**Your objective**. Go through the entries below and copy each line that holds the word "IFCRECTANGLEPROFILEDEF".

**Exercise data**.
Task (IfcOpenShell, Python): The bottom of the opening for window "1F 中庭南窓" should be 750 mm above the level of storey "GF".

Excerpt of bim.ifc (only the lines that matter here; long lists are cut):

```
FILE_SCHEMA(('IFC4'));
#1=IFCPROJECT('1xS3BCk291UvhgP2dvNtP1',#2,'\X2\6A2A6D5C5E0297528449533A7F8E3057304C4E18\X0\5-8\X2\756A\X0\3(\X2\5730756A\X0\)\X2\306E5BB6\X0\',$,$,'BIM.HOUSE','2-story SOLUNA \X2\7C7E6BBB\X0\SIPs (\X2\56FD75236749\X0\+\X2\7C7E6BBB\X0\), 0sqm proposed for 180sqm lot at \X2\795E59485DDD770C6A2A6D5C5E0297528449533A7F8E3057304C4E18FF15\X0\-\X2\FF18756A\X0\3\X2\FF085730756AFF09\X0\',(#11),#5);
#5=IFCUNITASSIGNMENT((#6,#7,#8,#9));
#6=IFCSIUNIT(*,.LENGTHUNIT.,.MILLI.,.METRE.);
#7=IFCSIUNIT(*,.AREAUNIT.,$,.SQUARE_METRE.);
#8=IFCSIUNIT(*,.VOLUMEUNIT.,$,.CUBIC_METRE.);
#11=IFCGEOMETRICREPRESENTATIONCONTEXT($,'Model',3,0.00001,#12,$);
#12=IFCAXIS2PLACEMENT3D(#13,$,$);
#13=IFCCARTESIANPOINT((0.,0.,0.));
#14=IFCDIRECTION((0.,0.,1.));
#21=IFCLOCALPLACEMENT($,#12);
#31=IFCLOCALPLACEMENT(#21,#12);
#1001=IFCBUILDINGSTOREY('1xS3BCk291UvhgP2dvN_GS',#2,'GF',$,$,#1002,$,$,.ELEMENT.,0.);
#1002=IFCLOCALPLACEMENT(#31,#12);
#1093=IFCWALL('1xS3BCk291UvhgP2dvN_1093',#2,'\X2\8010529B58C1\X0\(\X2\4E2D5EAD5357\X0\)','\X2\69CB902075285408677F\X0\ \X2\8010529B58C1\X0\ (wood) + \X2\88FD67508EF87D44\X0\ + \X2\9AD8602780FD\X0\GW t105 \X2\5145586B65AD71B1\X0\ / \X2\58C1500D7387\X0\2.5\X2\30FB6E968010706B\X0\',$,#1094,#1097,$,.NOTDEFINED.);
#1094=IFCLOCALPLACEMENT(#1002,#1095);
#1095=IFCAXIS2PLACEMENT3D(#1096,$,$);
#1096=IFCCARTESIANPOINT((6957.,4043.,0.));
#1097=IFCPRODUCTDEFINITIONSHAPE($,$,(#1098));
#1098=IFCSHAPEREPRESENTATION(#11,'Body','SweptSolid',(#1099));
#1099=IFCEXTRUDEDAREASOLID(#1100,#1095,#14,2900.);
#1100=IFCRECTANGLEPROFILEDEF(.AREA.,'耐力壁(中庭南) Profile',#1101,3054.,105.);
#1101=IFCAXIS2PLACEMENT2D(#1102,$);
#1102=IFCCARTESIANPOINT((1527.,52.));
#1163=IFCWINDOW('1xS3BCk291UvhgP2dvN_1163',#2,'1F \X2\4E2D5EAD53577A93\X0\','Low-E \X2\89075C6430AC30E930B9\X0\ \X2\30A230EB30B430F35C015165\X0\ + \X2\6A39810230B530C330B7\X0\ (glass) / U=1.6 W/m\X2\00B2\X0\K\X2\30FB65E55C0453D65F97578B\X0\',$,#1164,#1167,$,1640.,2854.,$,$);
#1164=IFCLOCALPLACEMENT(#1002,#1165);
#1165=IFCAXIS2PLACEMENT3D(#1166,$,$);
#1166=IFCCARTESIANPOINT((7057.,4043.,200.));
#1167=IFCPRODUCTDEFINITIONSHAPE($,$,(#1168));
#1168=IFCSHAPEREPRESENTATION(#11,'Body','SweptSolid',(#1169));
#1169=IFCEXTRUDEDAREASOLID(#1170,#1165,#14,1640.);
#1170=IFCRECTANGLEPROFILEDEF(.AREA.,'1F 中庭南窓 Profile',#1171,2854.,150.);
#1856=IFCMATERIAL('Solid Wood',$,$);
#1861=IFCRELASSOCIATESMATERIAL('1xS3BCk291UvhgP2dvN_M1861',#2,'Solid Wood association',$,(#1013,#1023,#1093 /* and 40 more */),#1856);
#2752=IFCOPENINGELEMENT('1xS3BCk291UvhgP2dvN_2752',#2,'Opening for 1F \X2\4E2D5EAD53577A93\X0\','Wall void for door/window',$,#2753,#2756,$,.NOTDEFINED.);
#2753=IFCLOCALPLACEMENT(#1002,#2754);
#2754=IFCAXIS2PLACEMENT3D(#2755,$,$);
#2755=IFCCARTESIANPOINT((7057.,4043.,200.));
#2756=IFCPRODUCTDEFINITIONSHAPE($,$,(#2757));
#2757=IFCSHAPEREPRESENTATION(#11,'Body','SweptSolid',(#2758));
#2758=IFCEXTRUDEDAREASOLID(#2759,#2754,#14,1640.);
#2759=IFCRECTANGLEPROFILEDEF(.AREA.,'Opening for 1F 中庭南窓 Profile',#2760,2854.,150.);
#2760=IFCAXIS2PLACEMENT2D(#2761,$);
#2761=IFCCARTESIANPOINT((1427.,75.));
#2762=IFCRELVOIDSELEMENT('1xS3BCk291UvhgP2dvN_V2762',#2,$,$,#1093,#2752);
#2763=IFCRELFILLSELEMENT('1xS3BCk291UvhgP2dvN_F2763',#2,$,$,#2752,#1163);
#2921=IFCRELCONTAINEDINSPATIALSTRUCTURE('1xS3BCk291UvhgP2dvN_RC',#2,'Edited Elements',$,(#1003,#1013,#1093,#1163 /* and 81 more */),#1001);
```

```python
import numpy as np
import ifcopenshell
import ifcopenshell.api.geometry
import ifcopenshell.geom
import ifcopenshell.util.element
import ifcopenshell.util.placement
import ifcopenshell.util.shape
import ifcopenshell.util.unit

model = ifcopenshell.open("bim.ifc")
unit_scale = ifcopenshell.util.unit.calculate_unit_scale(model)

window = model.by_guid("1xS3BCk291UvhgP2dvN_1163")
opening = window.FillsVoids[0].RelatingOpeningElement
storey = ifcopenshell.util.element.get_container(window, ifc_class="IfcBuildingStorey")
level = ifcopenshell.util.placement.get_local_placement(storey.ObjectPlacement)[2, 3]

# The opening's origin need not be at the sill, so measure its lowest point.
shape = ifcopenshell.geom.create_shape(ifcopenshell.geom.settings(), opening)
bottom = ifcopenshell.util.shape.get_shape_bottom_elevation(shape, shape.geometry) / unit_scale
dz = level + 750.0 - bottom

shift = np.array([0.0, 0.0, dz])
# The window is not placed relative to its opening, so move both.
for product in (opening, window):
    matrix = ifcopenshell.util.placement.get_local_placement(product.ObjectPlacement)
    matrix[:3, 3] += shift
    ifcopenshell.api.geometry.edit_object_placement(model, product=product, matrix=matrix, is_si=False)

print(f"moved by {dz * unit_scale:+.3f} m")

model.write("bim_v2.ifc")
```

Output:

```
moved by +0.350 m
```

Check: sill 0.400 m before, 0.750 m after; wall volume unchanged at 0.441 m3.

**Task solution**.
#1100=IFCRECTANGLEPROFILEDEF(.AREA.,'耐力壁(中庭南) Profile',#1101,3054.,105.);
#1170=IFCRECTANGLEPROFILEDEF(.AREA.,'1F 中庭南窓 Profile',#1171,2854.,150.);
#2759=IFCRECTANGLEPROFILEDEF(.AREA.,'Opening for 1F 中庭南窓 Profile',#2760,2854.,150.);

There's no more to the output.